By Kevin Glew
Cooperstowners in Canada
My weekly roundup of former Toronto Blue Jays news and notes:
Player Signings
(Some of these transactions date back to December.)
–RHP Chase De Jong (Blue Jays’ 2012 second-round pick) signs a minor league deal with the Pittsburgh Pirates.
–INF/OF Brandon Drury signs a minor league deal with the New York Mets. He will reportedly be paid $1.55 million if he cracks the big league roster this season, according to Jon Heyman of the MLB Network. With bonuses, he has a chance to make $2.05 million.
–INF Christian Lopes (Blue Jays’ 2011 seventh-round pick) signs a minor league deal with the Arizona Diamondbacks.
–RHP Deck McGuire signs with the Rakuten Monkeys of the Chinese Professional Baseball League.
–1B/3B Mitch Nay (Blue Jays’ 2012 first round (supplementary) pick) signs a minor league deal with the Los Angeles Angels.
Coaches
– Arizona Diamondbacks manager Torey Lovullo (first base coach for the Blue Jays in 2011 and 2012) has announced that former Blue Jays Dave McKay (first base coach, from Vancouver, B.C.), Darnell Coles (hitting coach) and Eric Hinske (assistant hitting coach) will return to the D-Backs staff in 2021.

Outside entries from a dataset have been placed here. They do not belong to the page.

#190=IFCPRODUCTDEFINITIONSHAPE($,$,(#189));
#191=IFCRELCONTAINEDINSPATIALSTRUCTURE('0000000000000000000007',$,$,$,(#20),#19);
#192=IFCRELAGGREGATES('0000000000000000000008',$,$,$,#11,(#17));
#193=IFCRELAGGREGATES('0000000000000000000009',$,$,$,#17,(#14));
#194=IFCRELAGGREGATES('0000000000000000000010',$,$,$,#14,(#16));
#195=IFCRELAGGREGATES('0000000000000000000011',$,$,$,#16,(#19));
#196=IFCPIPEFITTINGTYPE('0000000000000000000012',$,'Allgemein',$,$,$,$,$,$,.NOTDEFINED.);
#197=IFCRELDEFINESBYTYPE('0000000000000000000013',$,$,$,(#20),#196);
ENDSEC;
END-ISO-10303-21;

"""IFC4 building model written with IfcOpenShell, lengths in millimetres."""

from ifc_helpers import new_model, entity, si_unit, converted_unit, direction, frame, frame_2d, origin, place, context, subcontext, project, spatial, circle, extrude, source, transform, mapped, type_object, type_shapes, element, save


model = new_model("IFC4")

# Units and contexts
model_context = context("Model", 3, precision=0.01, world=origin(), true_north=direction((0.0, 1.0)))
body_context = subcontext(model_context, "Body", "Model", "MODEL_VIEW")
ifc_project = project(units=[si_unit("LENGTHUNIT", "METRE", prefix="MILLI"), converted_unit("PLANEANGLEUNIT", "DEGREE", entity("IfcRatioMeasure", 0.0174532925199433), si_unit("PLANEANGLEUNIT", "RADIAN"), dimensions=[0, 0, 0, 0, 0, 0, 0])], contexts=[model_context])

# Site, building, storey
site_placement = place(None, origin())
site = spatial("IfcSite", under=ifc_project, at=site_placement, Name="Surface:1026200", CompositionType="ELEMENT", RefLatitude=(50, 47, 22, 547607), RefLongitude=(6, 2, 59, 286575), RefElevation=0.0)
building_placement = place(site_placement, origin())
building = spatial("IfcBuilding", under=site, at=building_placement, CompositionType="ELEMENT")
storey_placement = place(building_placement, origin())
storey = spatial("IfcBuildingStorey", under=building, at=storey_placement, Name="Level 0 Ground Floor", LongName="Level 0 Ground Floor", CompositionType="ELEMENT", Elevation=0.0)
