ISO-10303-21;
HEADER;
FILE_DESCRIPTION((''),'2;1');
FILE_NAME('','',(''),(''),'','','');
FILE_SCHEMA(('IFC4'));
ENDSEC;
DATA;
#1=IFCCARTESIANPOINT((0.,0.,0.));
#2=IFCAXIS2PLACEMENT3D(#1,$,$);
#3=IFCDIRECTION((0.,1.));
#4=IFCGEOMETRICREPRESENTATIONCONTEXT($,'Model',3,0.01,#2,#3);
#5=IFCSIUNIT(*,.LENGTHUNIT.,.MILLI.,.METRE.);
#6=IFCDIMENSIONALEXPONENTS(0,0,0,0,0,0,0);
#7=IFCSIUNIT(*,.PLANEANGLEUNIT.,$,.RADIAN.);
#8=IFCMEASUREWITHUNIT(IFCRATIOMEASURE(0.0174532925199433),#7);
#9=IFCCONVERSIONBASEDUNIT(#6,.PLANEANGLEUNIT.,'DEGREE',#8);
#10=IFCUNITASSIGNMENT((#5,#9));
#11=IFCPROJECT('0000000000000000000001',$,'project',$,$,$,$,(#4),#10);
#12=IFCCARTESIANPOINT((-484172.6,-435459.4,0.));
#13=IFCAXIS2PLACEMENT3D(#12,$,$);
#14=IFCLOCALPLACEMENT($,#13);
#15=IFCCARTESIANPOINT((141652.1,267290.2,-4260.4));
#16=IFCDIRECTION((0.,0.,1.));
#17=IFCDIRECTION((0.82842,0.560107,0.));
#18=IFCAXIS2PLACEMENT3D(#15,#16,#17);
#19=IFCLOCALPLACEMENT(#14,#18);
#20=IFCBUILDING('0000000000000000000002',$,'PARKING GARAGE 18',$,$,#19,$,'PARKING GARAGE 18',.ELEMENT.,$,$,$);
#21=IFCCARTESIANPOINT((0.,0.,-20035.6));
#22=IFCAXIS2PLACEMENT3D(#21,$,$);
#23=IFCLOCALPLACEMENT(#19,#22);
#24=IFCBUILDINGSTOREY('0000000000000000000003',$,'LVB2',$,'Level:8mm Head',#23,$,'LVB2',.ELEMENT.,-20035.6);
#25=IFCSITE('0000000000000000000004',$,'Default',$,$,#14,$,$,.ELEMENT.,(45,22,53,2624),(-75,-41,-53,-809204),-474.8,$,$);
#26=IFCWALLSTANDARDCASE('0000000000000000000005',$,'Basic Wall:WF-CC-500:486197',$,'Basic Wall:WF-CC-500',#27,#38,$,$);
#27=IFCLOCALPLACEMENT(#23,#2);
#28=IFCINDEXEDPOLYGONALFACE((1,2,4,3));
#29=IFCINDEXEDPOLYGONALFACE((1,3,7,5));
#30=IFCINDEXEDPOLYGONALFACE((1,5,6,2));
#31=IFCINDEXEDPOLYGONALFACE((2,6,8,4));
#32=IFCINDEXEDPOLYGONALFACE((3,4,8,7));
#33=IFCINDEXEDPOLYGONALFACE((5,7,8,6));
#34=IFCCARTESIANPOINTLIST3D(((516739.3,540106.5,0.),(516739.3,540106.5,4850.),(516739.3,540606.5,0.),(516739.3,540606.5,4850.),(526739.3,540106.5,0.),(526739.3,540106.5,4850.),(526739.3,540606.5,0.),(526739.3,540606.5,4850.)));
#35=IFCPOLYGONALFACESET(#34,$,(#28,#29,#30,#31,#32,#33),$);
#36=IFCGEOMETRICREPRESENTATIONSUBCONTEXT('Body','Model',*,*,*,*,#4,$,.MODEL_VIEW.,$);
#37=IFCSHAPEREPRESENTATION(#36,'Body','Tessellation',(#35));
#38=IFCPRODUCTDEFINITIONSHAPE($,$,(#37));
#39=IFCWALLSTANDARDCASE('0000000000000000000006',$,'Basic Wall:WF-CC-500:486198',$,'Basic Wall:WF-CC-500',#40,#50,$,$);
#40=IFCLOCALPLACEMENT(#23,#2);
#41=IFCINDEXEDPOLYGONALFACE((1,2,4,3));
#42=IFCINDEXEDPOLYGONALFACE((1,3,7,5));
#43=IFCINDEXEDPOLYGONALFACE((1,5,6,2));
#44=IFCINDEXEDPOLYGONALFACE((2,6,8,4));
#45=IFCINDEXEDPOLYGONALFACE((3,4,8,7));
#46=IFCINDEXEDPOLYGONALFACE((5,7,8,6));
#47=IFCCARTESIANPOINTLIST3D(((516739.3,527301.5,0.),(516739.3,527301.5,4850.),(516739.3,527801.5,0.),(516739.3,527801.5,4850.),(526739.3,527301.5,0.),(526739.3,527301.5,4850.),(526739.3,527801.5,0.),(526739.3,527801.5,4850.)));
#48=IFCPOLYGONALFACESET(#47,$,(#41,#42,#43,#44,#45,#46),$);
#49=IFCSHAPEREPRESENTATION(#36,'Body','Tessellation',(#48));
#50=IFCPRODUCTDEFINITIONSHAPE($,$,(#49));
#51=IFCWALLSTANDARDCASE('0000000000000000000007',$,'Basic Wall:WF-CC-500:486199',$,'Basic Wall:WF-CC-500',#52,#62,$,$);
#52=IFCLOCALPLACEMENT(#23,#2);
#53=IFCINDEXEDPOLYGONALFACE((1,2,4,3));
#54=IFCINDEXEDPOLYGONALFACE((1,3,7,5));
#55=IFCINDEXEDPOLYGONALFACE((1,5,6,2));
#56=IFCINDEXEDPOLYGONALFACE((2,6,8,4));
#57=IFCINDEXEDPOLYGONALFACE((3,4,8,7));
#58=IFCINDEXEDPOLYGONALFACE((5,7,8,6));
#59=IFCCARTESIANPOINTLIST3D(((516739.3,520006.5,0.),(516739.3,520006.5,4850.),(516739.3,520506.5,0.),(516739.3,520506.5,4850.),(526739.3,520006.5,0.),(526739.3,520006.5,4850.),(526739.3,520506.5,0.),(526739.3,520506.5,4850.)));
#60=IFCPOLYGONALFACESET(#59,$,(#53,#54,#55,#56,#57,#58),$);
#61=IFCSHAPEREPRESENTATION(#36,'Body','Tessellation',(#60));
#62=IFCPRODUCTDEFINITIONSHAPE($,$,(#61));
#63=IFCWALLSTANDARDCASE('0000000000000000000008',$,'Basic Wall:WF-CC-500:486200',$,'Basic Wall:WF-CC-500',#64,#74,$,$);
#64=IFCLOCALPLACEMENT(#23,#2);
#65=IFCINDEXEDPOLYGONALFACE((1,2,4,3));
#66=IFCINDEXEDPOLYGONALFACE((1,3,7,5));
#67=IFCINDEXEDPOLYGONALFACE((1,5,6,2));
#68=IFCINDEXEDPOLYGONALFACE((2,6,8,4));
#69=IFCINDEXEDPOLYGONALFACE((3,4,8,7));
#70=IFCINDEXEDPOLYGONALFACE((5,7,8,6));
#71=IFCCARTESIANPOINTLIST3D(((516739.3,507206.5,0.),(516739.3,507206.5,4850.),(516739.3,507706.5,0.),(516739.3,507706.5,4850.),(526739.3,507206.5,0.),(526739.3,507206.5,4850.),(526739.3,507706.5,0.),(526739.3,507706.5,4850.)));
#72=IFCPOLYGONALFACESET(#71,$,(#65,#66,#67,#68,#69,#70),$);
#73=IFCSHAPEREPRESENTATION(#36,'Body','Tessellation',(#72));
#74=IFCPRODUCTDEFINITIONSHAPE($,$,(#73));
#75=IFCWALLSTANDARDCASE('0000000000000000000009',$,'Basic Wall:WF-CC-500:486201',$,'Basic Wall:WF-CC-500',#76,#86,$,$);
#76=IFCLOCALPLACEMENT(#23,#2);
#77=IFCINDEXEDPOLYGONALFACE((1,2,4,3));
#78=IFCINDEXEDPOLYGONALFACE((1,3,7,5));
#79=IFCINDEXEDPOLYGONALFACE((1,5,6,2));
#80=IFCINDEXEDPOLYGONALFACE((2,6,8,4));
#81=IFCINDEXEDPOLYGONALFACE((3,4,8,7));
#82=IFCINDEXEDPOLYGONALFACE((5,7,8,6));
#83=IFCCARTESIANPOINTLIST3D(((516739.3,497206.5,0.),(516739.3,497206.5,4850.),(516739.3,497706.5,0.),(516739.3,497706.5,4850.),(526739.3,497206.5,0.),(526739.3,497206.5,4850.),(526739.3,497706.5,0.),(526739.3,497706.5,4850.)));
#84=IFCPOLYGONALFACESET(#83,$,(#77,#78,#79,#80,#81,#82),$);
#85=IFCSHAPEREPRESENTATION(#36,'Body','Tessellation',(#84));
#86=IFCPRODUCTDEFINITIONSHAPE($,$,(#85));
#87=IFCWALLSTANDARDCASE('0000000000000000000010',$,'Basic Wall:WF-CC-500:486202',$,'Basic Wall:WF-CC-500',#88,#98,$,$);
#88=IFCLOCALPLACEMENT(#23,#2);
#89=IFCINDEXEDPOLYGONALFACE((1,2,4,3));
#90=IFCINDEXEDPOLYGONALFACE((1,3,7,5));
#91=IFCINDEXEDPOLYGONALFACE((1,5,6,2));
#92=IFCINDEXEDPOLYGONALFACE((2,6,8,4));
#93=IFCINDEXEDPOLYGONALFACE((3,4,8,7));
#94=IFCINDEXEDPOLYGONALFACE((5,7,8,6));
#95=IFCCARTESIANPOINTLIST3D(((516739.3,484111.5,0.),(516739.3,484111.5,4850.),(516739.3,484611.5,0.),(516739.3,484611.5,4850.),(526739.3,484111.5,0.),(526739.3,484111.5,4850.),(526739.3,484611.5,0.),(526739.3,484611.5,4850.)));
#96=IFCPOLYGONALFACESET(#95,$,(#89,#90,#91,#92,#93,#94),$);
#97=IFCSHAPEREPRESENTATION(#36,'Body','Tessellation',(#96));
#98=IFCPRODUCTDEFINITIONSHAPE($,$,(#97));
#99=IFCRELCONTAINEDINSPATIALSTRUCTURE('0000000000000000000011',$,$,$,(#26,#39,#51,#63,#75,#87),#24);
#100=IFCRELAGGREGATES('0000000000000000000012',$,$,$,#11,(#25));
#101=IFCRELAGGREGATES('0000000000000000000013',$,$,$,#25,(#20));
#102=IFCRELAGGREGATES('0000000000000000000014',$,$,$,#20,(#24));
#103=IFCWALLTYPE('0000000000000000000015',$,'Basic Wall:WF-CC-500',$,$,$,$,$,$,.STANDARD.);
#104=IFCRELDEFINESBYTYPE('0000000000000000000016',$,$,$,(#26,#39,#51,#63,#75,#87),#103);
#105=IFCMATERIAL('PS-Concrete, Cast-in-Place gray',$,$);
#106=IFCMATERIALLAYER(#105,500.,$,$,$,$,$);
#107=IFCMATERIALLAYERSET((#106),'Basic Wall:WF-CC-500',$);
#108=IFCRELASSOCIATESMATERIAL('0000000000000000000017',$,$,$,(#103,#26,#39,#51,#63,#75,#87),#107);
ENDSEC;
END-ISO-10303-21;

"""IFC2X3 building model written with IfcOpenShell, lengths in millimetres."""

from ifc_helpers import new_model, entity, si_unit, converted_unit, direction, frame, frame_2d, origin, place, context, subcontext, project, spatial, rectangle, extrude, material, layer, layer_set, layer_usage, type_object, element, save


model = new_model("IFC2X3")

# Units and contexts
model_context = context("Model", 3, precision=0.01, world=origin(), true_north=direction((0.0, 1.0)))
body_context = subcontext(model_context, "Body", "Model", "MODEL_VIEW")
ifc_project = project(units=[si_unit("LENGTHUNIT", "METRE", prefix="MILLI"), converted_unit("PLANEANGLEUNIT", "DEGREE", entity("IfcRatioMeasure", 0.0174532925199433), si_unit("PLANEANGLEUNIT", "RADIAN"), dimensions=[0, 0, 0, 0, 0, 0, 0])], contexts=[model_context])

# Site, building, storey
site_placement = place(None, frame((-484172.6, -435459.4, 0.0)))
site = spatial("IfcSite", under=ifc_project, at=site_placement, Name="Default", CompositionType="ELEMENT", RefLatitude=(45, 22, 53, 2624), RefLongitude=(-75, -41, -53, -809204), RefElevation=-474.8)
building_placement = place(site_placement, frame((141652.1, 267290.2, -4260.4), z_axis=(0.0, 0.0, 1.0), x_axis=(0.82842, 0.560107, 0.0)))
building = spatial("IfcBuilding", under=site, at=building_placement, Name="PARKING GARAGE 18", LongName="PARKING GARAGE 18", CompositionType="ELEMENT")
storey_placement = place(building_placement, frame((0.0, 0.0, -20035.6)))
storey = spatial("IfcBuildingStorey", under=building, at=storey_placement, Name="LVB2", ObjectType="Level:8mm Head", LongName="LVB2", CompositionType="ELEMENT", Elevation=-20035.6)

# Walls
ifc_material = material(Name="PS-Concrete, Cast-in-Place gray")
ifc_layer = layer(ifc_material, 500.0)
ifc_layer_set = layer_set([ifc_layer], Name="Basic Wall:WF-CC-500")
wall_type = type_object("IfcWallType", Name="Basic Wall:WF-CC-500", PredefinedType="STANDARD", material=ifc_layer_set)
ifc_layer_usage_1 = layer_usage(ifc_layer_set, "AXIS2", "NEGATIVE", 250.0)
wall_1_placement = place(storey_placement, frame((516739.3, 540356.5, 0.0)))
element("IfcWallStandardCase", 1, at=wall_1_placement, inside=storey, type_object=wall_type, material=ifc_layer_usage_1, Name="Basic Wall:WF-CC-500:486197", ObjectType="Basic Wall:WF-CC-500", context=body_context, shape_type="SweptSolid", body=[
    extrude(rectangle(XDim=10000.0, YDim=500.0, at=frame_2d((5000.0, 0.0), x_axis=(-1.0, 0.0))), origin(), (0.0, 0.0, 1.0), 4850.0),
])
ifc_layer_usage_2 = layer_usage(ifc_layer_set, "AXIS2", "NEGATIVE", 250.0)
wall_2_placement = place(storey_placement, frame((516739.3, 527551.5, 0.0)))
element("IfcWallStandardCase", 2, at=wall_2_placement, inside=storey, type_object=wall_type, material=ifc_layer_usage_2, Name="Basic Wall:WF-CC-500:486198", ObjectType="Basic Wall:WF-CC-500", context=body_context, shape_type="SweptSolid", body=[
    extrude(rectangle(XDim=10000.0, YDim=500.0, at=frame_2d((5000.0, 0.0), x_axis=(-1.0, 0.0))), origin(), (0.0, 0.0, 1.0), 4850.0),
])
ifc_layer_usage_3 = layer_usage(ifc_layer_set, "AXIS2", "NEGATIVE", 250.0)
wall_3_placement = place(storey_placement, frame((516739.3, 520256.5, 0.0)))
element("IfcWallStandardCase", 3, at=wall_3_placement, inside=storey, type_object=wall_type, material=ifc_layer_usage_3, Name="Basic Wall:WF-CC-500:486199", ObjectType="Basic Wall:WF-CC-500", context=body_context, shape_type="SweptSolid", body=[
    extrude(rectangle(XDim=10000.0, YDim=500.0, at=frame_2d((5000.0, 0.0), x_axis=(-1.0, 0.0))), origin(), (0.0, 0.0, 1.0), 4850.0),
])
ifc_layer_usage_4 = layer_usage(ifc_layer_set, "AXIS2", "NEGATIVE", 250.0)
wall_4_placement = place(storey_placement, frame((516739.3, 507456.5, 0.0)))
element("IfcWallStandardCase", 4, at=wall_4_placement, inside=storey, type_object=wall_type, material=ifc_layer_usage_4, Name="Basic Wall:WF-CC-500:486200", ObjectType="Basic Wall:WF-CC-500", context=body_context, shape_type="SweptSolid", body=[
    extrude(rectangle(XDim=10000.0, YDim=500.0, at=frame_2d((5000.0, 0.0), x_axis=(-1.0, 0.0))), origin(), (0.0, 0.0, 1.0), 4850.0),
])
ifc_layer_usage_5 = layer_usage(ifc_layer_set, "AXIS2", "NEGATIVE", 250.0)
wall_5_placement = place(storey_placement, frame((516739.3, 497456.5, 0.0)))
element("IfcWallStandardCase", 5, at=wall_5_placement, inside=storey, type_object=wall_type, material=ifc_layer_usage_5, Name="Basic Wall:WF-CC-500:486201", ObjectType="Basic Wall:WF-CC-500", context=body_context, shape_type="SweptSolid", body=[
    extrude(rectangle(XDim=10000.0, YDim=500.0, at=frame_2d((5000.0, 0.0), x_axis=(-1.0, 0.0))), origin(), (0.0, 0.0, 1.0), 4850.0),
])
ifc_layer_usage_6 = layer_usage(ifc_layer_set, "AXIS2", "NEGATIVE", 250.0)
wall_6_placement = place(storey_placement, frame((516739.3, 484361.5, 0.0)))
element("IfcWallStandardCase", 6, at=wall_6_placement, inside=storey, type_object=wall_type, material=ifc_layer_usage_6, Name="Basic Wall:WF-CC-500:486202", ObjectType="Basic Wall:WF-CC-500", context=body_context, shape_type="SweptSolid", body=[
    extrude(rectangle(XDim=10000.0, YDim=500.0, at=frame_2d((5000.0, 0.0), x_axis=(-1.0, 0.0))), origin(), (0.0, 0.0, 1.0), 4850.0),
])

save(model, "model.ifc")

-Philadelphia Phillies manager Joe Girardi announced that Bobby Meacham, who managed class-A, double-A and triple-A clubs in the Blue Jays’ organization from 2013 to 2019, will return as a coaching assistant. Canadian Baseball Hall of Fame inductee Rob Thomson (Corunna, Ont.) will also be back as Girardi’s bench coach.
Happy Birthday!
Happy 51st Birthday to Ajax, Ont., native, former Toronto Blue Jays prospect, ex-big leaguer and Nippon Ham Fighters superstar Nigel Wilson!
“Nigel Wilson could hit balls about as far as anyone I’ve ever seen,” former Toronto Blue Jays reliever and Wilson’s ex-Dunedin Blue Jays teammate, Scott Brow, once told me. “I mean that guy would hit balls in Dunedin that would carry over the light stand and then disappear into the darkness and you’re like, ‘How far did that go?’ Like literally how far did that ball go? 500 or 600 feet? Because that ball was still climbing when it went over the light stand.”
Canadian Baseball Photo of the Week

Mark Eichhorn, a shortstop?
I was doing some research and discovered that 42 years ago this past Saturday when Mark Eichhorn was selected in the 1979 January amateur draft by the Blue Jays he was considered a shortstop (See clipping below). As far as I can tell, he never played shortstop in a game in the Blue Jays’ system and, as we know, he eventually developed a sidearm delivery that made him one of the best middle relievers in the franchise’s history.
Thank you for the Jays updates and other great info. Never knew Mark was a SS!
Thanks for your comment and support, Scott.